Wall Street Lays an Egg was a headline printed in Variety, a newspaper covering Hollywood and the entertainment industry, on October 30, 1929, over an article describing Black Tuesday, the height of the panic known as the Wall Street crash of 1929. (The actual headline text was WALL ST. LAYS AN EGG.) It is one of the most famous headlines ever to appear in an American publication and continues to be noted in history books into the 21st century.

"Laying an egg" is an American idiom, current particularly in 20th century show business, meaning "failing badly". Variety was noted for the slangy, breezy style of prose in its headlines and body text. Another famous headline in the paper was "Sticks Nix Hick Pix".

According to author Ken Bloom, Variety publisher Sime Silverman wrote the headline. However, Robert John Landry, who worked at Variety for 50 years, including as managing editor, says it was written by Variety city editor Claude Binyon. The report stated that several Broadway and film showmen had lost fortunes in the crash (although it named none) and predicted hard times ahead for theaters and escorts.

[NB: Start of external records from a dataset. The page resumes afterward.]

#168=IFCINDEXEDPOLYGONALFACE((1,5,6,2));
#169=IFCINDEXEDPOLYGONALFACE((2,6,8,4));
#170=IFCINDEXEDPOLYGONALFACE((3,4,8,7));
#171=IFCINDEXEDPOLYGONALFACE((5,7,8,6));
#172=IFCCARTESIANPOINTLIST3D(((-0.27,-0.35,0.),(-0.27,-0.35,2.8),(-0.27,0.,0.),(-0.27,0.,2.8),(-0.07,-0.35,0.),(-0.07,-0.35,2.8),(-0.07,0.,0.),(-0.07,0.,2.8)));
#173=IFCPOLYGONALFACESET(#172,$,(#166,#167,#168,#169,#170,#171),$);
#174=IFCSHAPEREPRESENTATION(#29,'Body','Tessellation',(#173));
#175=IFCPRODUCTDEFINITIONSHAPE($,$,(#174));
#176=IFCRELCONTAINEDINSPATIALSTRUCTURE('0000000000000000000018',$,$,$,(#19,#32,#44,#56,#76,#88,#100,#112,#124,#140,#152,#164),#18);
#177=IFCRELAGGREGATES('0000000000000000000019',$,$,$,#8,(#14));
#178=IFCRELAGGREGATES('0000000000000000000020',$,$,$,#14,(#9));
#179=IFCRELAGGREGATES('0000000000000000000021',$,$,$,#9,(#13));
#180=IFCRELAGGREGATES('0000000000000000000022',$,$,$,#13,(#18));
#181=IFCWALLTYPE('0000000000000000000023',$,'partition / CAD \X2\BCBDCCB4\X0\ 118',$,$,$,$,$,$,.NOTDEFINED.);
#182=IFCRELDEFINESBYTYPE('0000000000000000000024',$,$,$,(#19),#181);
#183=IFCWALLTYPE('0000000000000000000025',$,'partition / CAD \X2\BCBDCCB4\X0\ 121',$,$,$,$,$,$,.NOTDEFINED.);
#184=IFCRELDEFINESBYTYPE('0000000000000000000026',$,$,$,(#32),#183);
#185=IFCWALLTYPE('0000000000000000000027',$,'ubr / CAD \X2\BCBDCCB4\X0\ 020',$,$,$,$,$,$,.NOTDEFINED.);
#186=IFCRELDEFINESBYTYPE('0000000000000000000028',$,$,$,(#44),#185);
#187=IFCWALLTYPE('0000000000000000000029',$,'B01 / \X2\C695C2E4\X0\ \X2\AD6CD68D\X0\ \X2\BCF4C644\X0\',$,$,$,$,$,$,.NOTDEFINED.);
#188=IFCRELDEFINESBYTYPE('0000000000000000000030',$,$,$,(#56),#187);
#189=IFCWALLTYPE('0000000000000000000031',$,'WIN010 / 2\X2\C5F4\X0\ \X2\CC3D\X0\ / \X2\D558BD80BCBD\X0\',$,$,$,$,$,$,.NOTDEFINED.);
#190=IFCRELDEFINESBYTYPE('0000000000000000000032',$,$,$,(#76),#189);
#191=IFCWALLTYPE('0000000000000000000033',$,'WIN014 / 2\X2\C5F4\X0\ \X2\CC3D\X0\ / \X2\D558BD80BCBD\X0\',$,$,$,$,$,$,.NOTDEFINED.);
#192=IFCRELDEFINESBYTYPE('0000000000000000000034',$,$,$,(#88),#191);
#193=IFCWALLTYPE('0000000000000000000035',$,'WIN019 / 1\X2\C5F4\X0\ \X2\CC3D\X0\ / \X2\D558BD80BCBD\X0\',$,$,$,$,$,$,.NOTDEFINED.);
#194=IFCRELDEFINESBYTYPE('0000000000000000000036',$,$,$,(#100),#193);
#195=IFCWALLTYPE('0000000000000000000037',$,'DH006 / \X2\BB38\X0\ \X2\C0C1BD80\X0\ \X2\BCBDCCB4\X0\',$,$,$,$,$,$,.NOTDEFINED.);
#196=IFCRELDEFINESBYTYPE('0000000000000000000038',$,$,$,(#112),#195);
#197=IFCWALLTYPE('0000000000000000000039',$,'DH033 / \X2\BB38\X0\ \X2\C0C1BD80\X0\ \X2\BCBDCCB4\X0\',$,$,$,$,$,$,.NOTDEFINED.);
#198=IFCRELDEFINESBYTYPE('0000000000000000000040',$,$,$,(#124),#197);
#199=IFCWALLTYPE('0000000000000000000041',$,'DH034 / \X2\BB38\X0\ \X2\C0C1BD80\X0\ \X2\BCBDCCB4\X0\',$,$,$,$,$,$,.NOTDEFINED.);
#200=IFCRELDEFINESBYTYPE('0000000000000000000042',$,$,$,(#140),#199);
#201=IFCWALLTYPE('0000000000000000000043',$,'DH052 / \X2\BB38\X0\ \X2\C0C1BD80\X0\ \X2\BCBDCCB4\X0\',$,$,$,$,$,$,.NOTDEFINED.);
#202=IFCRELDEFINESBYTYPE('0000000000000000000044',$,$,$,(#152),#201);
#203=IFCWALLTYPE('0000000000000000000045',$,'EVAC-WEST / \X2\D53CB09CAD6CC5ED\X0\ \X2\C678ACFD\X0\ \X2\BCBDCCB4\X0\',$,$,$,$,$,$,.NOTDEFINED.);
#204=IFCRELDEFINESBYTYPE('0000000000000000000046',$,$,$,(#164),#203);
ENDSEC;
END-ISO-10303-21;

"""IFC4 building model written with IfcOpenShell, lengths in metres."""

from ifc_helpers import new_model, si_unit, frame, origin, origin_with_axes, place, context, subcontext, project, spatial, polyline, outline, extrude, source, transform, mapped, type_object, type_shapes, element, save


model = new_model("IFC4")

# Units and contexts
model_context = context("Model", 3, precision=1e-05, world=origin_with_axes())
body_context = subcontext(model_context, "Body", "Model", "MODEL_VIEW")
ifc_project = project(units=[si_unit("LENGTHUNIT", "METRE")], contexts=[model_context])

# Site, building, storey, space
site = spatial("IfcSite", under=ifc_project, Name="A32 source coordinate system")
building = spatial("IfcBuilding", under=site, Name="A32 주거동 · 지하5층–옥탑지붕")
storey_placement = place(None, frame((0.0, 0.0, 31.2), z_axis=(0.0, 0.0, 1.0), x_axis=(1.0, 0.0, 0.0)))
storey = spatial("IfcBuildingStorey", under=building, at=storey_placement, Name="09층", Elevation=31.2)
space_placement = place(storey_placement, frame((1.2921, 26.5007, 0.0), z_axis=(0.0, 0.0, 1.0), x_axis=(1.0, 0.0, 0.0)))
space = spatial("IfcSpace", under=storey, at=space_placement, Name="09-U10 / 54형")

The phrase is sometimes still used to invoke the Great Crash. For example, the sub-chapter describing the Crash in the 1973 book A Random Walk Down Wall Street is titled "Wall Street Lays an Egg", as is chapter 18 of the 1996 book Lorenz Hart: A Poet on Broadway, and chapter 17 of the 2003 book New World Coming: The 1920s and the Making of Modern America.

Even into the 21st century, variations of the headline have been used to announce financial downturns, some by Variety itself ("Wall Street, Son of Egg" in 1962, "Wall Street Lays an Egg: The Sequel" in 1987), and some by other publications ("Wall Street Lays Another Egg" in Vanity Fair in 2008).